▸ **PROBLEM DETAILS**
What is the count of lines in the records that include "IFCEXTRUDEDAREASOLID"? Reply with that number alone.
==== RAW DATA
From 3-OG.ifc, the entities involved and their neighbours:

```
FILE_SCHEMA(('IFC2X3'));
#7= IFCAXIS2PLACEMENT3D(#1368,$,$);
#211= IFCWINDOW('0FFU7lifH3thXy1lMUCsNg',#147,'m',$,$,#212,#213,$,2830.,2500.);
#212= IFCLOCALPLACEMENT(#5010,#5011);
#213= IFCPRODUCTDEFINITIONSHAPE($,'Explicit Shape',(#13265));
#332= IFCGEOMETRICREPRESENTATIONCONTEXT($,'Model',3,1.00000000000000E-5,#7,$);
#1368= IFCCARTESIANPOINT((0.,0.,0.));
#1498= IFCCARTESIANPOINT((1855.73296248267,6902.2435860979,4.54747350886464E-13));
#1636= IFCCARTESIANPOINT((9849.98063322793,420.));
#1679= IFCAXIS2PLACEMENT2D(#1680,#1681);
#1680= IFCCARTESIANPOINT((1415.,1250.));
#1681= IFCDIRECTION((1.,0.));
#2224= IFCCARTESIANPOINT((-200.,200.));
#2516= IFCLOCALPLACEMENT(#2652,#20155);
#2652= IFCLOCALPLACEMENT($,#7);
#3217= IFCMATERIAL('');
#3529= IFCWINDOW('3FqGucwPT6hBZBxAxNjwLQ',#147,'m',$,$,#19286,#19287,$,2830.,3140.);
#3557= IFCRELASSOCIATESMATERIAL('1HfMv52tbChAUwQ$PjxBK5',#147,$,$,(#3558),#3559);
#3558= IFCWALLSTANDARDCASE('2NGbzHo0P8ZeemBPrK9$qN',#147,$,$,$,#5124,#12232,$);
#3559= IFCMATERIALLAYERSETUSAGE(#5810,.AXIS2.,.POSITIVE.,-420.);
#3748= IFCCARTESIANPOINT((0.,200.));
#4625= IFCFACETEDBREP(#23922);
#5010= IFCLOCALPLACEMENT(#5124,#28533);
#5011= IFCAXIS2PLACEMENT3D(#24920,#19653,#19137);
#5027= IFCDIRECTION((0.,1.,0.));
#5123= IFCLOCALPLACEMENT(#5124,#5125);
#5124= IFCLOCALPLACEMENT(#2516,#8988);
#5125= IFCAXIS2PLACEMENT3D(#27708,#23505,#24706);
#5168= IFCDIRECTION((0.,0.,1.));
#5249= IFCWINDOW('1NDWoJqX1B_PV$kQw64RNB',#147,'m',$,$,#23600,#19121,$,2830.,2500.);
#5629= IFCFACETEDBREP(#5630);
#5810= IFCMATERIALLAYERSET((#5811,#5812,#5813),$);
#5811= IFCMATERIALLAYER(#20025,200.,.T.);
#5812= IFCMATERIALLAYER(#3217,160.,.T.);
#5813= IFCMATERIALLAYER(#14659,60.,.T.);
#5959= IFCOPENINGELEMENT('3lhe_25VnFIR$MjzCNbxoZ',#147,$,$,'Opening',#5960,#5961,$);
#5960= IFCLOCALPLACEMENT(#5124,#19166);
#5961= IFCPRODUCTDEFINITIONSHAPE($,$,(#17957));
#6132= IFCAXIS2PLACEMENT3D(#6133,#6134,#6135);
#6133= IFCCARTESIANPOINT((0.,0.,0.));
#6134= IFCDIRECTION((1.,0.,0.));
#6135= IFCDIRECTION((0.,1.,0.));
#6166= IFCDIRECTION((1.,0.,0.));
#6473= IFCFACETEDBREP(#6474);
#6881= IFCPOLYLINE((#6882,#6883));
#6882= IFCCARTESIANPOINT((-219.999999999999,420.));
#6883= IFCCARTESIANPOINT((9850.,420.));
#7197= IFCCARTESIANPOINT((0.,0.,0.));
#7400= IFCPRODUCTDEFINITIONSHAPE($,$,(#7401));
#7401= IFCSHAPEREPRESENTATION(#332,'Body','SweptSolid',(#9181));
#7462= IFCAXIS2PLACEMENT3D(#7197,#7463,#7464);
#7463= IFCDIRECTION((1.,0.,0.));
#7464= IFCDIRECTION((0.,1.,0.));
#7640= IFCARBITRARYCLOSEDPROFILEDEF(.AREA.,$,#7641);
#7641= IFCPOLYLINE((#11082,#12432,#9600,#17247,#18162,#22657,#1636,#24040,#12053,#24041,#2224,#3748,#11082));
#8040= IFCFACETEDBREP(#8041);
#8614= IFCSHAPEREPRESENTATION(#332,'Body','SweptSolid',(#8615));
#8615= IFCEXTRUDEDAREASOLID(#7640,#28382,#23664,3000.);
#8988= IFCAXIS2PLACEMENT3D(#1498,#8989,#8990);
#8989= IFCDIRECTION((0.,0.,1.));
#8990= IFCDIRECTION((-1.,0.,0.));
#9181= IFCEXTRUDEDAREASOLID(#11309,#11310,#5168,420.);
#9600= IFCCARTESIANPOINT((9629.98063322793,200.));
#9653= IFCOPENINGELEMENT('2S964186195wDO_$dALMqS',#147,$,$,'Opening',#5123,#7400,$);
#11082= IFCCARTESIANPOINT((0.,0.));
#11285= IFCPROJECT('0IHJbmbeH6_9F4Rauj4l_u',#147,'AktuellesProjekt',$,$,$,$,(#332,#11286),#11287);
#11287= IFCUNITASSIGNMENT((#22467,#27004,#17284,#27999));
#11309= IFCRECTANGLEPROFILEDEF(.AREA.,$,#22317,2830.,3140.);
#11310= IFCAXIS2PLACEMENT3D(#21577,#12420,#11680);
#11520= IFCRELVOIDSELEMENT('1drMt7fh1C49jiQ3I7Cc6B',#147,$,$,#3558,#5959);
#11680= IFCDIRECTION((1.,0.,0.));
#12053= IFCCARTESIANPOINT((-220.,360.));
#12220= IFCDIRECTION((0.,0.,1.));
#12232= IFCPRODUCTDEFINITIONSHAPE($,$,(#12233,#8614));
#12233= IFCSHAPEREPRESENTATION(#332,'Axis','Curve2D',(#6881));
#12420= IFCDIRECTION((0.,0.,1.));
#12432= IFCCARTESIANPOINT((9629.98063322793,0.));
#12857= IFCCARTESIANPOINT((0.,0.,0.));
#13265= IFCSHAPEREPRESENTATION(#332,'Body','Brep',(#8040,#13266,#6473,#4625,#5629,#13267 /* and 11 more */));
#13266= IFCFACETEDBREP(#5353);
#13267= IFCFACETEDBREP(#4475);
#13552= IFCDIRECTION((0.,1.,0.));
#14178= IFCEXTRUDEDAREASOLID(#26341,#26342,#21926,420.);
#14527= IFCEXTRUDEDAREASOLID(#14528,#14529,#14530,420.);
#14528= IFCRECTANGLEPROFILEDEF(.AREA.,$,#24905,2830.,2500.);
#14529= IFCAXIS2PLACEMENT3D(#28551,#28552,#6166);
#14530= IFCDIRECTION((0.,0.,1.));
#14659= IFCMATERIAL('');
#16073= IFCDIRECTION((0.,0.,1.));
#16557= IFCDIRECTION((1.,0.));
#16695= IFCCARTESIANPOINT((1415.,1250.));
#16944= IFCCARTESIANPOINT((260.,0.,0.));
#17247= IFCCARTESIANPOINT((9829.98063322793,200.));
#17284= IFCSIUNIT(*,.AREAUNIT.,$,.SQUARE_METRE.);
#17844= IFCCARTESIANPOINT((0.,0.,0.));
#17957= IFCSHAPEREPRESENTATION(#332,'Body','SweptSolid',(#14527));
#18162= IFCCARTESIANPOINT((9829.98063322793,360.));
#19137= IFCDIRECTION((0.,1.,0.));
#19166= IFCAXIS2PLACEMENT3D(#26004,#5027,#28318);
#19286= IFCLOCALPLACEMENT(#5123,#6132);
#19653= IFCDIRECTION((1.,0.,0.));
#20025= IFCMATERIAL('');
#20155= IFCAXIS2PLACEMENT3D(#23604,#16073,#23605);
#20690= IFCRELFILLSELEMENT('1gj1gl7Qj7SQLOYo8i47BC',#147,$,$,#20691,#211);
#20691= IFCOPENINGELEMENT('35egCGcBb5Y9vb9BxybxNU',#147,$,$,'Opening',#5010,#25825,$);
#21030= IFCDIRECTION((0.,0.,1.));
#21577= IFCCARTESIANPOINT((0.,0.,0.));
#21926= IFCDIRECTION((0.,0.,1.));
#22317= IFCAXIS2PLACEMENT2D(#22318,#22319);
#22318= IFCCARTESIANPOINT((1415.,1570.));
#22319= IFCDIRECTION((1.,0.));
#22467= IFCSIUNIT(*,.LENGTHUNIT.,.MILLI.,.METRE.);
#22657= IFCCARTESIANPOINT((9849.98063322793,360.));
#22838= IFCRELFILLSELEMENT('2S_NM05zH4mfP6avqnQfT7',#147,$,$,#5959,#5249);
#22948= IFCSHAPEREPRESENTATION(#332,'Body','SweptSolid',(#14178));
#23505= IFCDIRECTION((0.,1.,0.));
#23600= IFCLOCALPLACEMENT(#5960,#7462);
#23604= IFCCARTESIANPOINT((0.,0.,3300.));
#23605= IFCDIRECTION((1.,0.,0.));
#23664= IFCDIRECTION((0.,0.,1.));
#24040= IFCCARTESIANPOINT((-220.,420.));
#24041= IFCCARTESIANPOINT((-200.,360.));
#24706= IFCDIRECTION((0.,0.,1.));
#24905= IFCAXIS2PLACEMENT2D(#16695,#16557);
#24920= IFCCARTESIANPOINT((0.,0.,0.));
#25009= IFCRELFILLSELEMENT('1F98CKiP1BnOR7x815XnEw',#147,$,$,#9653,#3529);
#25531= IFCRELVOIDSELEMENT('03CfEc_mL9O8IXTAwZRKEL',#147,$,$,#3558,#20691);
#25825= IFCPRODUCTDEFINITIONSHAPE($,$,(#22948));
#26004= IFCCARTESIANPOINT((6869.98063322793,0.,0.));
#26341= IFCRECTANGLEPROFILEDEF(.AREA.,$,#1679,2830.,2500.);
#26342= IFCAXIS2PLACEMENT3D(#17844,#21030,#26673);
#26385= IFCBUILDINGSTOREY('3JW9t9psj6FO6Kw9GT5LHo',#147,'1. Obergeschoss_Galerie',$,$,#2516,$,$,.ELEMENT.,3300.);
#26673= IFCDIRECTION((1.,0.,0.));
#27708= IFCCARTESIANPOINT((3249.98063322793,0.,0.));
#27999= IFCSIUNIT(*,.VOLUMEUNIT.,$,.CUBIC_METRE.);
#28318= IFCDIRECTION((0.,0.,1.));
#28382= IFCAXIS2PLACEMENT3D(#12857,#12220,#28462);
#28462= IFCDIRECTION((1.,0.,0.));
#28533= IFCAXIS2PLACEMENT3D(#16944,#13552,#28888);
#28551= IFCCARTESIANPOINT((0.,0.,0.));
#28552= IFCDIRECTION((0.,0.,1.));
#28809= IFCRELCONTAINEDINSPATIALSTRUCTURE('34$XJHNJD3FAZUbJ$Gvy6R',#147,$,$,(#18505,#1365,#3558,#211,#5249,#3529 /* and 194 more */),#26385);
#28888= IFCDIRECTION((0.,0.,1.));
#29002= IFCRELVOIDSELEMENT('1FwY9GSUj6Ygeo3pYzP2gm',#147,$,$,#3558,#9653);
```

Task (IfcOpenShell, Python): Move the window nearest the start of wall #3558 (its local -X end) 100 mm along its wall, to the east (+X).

```python
import ifcopenshell
import ifcopenshell.api.geometry
import ifcopenshell.util.placement
import ifcopenshell.util.unit

model = ifcopenshell.open("3-OG.ifc")
unit_scale = ifcopenshell.util.unit.calculate_unit_scale(model)

window = model.by_guid("0FFU7lifH3thXy1lMUCsNg")
opening = window.FillsVoids[0].RelatingOpeningElement
wall = opening.VoidsElements[0].RelatingBuildingElement

wall_matrix = ifcopenshell.util.placement.get_local_placement(wall.ObjectPlacement)
shift = wall_matrix[:3, 0] * -0.1 / unit_scale
before = ifcopenshell.util.placement.get_local_placement(window.ObjectPlacement)[:3, 3].copy()

# The window is placed relative to its opening, so it follows when the opening moves.
matrix = ifcopenshell.util.placement.get_local_placement(opening.ObjectPlacement)
matrix[:3, 3] += shift
ifcopenshell.api.geometry.edit_object_placement(
    model, product=opening, matrix=matrix, is_si=False, should_transform_children=True
)

after = ifcopenshell.util.placement.get_local_placement(window.ObjectPlacement)[:3, 3]
print("window moved by", (after - before).round(3) + 0.0)

model.write("3-OG_edited.ifc")
```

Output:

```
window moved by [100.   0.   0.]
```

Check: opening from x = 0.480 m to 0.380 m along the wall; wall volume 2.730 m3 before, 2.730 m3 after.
========
▸ **YOUR RESPONSE**
4